Line 2 on that spreadsheet would then simply reverse things for the ID: the negative NOM would be .19 (half of the ID's LMC) and the ± column would be .010 (half of the total tolerance happening to the ID). That's it! Only two lines in that stack, and the resulting answer will still be .2075 max wall thickness and .1575 min wall thickness.

The sketch from you last post is a bit different so I'll have to digest that one a bit... But I would say that while moving the datum around can make the stack numbers easier, in a real design the datum should be selected based on functional interface. For that reason, maybe keep the datum on the threads?

John-Paul Belanger
Certified Sr. GD&T Professional
Geometric Learning Systems

 

[ptruitt]

My guess is that the hole and threads are like yin and yang. To say that the function of the part starts at the treads and ends at the hole may feel good, but the truth is probably that either one is useless without the other. (Another assumption on my part, of course, since I did not design it.)What do you think, prdave00?
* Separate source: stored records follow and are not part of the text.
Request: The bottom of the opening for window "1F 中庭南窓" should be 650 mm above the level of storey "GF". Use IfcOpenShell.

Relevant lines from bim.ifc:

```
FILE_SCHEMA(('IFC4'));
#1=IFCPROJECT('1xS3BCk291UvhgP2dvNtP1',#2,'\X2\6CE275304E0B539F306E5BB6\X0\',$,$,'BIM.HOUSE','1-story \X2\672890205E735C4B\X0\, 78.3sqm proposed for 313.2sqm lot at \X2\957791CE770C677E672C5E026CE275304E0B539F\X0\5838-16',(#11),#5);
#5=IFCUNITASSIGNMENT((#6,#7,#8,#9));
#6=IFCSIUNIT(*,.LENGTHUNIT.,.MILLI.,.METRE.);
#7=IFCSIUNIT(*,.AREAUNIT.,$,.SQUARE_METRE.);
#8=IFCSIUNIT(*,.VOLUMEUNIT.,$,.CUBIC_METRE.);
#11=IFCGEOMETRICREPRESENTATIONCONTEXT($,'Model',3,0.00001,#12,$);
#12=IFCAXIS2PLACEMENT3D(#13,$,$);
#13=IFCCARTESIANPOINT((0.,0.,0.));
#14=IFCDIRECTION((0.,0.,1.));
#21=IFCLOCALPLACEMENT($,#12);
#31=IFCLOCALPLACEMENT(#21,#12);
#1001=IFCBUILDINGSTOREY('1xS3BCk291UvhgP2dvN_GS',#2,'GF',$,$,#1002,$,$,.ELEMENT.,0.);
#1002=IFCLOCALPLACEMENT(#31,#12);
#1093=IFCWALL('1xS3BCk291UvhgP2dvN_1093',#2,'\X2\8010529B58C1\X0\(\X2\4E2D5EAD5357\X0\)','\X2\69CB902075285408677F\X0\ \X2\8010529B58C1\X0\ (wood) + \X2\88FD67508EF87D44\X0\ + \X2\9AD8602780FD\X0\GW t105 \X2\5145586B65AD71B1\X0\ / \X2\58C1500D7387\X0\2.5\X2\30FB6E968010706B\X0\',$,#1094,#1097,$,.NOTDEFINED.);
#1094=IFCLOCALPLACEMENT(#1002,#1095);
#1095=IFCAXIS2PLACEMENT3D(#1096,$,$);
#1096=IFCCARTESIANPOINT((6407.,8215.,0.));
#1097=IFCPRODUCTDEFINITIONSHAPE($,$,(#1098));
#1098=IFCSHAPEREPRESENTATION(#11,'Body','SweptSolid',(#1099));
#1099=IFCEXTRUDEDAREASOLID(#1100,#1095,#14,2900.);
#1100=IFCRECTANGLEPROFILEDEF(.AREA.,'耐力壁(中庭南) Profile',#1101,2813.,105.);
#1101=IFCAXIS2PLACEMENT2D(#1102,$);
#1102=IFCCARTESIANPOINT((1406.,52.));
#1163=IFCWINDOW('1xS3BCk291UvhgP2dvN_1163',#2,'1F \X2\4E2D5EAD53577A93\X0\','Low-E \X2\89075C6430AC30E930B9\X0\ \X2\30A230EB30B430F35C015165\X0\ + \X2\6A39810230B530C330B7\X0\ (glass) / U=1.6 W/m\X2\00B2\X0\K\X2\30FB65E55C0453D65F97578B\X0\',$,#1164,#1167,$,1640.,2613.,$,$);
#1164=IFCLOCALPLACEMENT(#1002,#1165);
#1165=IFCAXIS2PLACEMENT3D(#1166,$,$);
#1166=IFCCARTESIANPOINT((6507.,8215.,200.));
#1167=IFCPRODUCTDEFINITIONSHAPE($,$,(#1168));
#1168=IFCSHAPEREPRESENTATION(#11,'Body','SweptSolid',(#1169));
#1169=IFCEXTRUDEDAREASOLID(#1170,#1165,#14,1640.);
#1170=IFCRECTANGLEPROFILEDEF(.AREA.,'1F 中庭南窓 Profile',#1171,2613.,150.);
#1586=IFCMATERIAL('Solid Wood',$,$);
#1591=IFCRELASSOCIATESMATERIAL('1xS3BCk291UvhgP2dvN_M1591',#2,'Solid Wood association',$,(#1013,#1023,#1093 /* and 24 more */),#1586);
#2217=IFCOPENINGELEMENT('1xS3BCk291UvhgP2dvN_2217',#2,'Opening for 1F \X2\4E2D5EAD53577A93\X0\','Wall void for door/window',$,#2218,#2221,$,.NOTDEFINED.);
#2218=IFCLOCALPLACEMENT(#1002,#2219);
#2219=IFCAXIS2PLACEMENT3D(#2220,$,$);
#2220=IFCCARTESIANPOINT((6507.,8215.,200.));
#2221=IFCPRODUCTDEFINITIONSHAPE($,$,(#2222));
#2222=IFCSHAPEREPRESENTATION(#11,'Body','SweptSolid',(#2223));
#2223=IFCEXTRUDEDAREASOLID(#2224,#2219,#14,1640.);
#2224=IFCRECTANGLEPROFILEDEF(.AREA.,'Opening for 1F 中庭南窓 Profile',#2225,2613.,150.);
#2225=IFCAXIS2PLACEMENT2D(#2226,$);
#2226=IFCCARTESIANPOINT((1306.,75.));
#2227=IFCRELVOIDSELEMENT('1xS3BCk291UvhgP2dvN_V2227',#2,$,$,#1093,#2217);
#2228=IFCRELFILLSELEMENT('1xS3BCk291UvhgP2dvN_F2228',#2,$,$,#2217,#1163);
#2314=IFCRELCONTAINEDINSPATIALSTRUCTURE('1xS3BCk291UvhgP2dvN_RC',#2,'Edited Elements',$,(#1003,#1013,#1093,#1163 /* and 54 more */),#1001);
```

```python
import numpy as np
import ifcopenshell
import ifcopenshell.api.geometry
import ifcopenshell.geom
import ifcopenshell.util.element
import ifcopenshell.util.placement
import ifcopenshell.util.shape
import ifcopenshell.util.unit

model = ifcopenshell.open("bim.ifc")
unit_scale = ifcopenshell.util.unit.calculate_unit_scale(model)

window = model.by_id(1163)
opening = window.FillsVoids[0].RelatingOpeningElement
storey = ifcopenshell.util.element.get_container(window, ifc_class="IfcBuildingStorey")
level = ifcopenshell.util.placement.get_local_placement(storey.ObjectPlacement)[2, 3]

# The opening's origin need not be at the sill, so measure its lowest point.
shape = ifcopenshell.geom.create_shape(ifcopenshell.geom.settings(), opening)
bottom = ifcopenshell.util.shape.get_shape_bottom_elevation(shape, shape.geometry) / unit_scale
dz = level + 0.65 / unit_scale - bottom

shift = np.array([0.0, 0.0, dz])
# The window is not placed relative to its opening, so move both.
for product in (opening, window):
    matrix = ifcopenshell.util.placement.get_local_placement(product.ObjectPlacement)
    matrix[:3, 3] += shift
    ifcopenshell.api.geometry.edit_object_placement(model, product=product, matrix=matrix, is_si=False)

print(f"moved by {dz * unit_scale:+.3f} m")

model.write("bim_updated.ifc")
```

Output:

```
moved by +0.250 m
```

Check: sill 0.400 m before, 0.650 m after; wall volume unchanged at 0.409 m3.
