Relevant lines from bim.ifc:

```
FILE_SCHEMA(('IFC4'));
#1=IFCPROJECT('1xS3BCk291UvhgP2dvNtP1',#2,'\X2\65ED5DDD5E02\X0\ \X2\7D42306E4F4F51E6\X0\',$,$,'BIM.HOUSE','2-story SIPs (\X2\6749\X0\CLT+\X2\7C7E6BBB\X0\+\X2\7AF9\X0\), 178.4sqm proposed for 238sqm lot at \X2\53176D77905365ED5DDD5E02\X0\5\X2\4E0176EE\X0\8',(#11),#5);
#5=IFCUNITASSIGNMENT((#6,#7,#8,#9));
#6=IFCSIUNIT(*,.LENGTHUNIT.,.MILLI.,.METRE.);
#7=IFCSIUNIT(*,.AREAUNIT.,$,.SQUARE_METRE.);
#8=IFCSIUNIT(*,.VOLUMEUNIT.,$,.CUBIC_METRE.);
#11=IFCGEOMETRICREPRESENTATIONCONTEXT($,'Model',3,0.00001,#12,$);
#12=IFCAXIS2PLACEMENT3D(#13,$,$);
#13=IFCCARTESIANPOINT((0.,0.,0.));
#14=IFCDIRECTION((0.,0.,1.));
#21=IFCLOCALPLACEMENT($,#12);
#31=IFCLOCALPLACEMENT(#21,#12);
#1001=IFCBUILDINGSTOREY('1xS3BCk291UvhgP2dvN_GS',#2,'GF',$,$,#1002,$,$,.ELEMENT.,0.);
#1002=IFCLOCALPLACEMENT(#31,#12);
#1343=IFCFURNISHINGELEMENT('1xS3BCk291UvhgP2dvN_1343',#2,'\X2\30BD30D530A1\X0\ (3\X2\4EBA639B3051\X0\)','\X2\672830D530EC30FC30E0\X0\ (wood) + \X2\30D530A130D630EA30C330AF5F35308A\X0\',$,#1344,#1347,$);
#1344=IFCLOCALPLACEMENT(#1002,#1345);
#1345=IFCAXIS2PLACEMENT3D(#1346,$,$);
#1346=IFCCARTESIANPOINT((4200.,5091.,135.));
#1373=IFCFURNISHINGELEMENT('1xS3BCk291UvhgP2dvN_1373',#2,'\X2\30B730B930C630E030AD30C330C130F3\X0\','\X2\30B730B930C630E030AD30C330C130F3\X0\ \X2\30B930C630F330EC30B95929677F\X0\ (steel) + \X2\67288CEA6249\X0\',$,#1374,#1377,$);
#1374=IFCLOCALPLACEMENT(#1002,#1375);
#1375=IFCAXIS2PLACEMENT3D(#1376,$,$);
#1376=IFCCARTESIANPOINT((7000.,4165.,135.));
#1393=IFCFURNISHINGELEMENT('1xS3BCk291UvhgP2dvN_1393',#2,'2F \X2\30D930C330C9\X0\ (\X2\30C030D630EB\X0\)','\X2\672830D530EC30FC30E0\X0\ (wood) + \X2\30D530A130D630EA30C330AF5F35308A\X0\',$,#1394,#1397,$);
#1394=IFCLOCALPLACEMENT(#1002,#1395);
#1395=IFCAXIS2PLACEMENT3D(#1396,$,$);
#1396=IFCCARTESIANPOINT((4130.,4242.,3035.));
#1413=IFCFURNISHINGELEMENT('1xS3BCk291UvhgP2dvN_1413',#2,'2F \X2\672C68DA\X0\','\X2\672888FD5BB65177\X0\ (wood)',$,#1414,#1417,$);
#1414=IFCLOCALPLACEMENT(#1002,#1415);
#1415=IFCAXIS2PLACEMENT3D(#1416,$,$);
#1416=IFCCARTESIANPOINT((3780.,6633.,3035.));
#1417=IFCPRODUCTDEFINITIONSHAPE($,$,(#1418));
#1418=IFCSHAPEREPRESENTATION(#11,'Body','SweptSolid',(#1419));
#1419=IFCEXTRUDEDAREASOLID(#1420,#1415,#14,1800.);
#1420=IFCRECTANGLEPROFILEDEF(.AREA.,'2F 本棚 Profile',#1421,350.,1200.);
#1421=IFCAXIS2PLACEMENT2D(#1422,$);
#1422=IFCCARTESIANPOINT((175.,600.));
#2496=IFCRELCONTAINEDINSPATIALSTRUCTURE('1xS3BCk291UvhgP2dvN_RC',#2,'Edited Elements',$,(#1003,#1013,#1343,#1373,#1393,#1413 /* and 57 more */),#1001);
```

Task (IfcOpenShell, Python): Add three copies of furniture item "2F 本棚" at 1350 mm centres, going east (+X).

```python
import numpy as np
import ifcopenshell
import ifcopenshell.api.geometry
import ifcopenshell.api.root
import ifcopenshell.util.element
import ifcopenshell.util.placement
import ifcopenshell.util.unit

model = ifcopenshell.open("bim.ifc")
unit_scale = ifcopenshell.util.unit.calculate_unit_scale(model)


def reuse_history(source, copy):
    """copy_class also copies each property set's owner history, people and application; keep the originals."""
    for rel in copy.IsDefinedBy:
        if rel.is_a("IfcRelDefinesByProperties") and (history := rel.RelatingPropertyDefinition.OwnerHistory):
            rel.RelatingPropertyDefinition.OwnerHistory = source.OwnerHistory
            ifcopenshell.util.element.remove_deep2(model, history)


source = model.by_guid("1xS3BCk291UvhgP2dvN_1413")
base = ifcopenshell.util.placement.get_local_placement(source.ObjectPlacement)
step = np.array([1.0, 0.0, 0.0]) * 1.35 / unit_scale

for i in range(1, 4):
    copy = ifcopenshell.api.root.copy_class(model, product=source)
    copy.Representation = ifcopenshell.util.element.copy_deep(
        model, source.Representation, exclude=["IfcGeometricRepresentationContext", "IfcRepresentationMap"]
    )
    reuse_history(source, copy)
    matrix = base.copy()
    matrix[:3, 3] += i * step
    print("added at", matrix[:3, 3].round(3) + 0.0)
    ifcopenshell.api.geometry.edit_object_placement(model, product=copy, matrix=matrix, is_si=False)

model.write("bim_rev.ifc")
```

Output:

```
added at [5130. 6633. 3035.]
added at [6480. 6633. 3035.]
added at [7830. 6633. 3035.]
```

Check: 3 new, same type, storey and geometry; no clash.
Would the part be any different if someone were to remove datum 'A' and all reference to it (from the hand sketch)? Would the stack-up change? Would it violate ASME Y14.5? Is this datum implicit or explicit in what it does for the design?

Peter Truitt
Minnesota

 

[prdave00]

ptruitt: I'll have to go back and study your and J-P's last posts, but at least wanted to mention that my drawing was just to provide an example and is not a real part I designed. However I do have a similar part with an external thread and a blind hole on the same end that runs coaxial to the thread and then an annular thread relief. In this case the relationship between thread, bore, and thread relief is very functional. I can post the actual part but I don't think it would change the question or answers regarding adding datum shift to the stack up.

I understand (and appreciate) J-P's comment about simplifying everything to 2 lines, but the contributions to the stack are "hidden" requiring further explanation to someone trying to make heads or tails of the analysis. Having a line item for each contributor is better in that regard. What column each bonus (or shift) tolerance goes into is another matter (i.e. less intuitive) and I had to rely on 2-D sketches to make sure I was putting everything into the right column.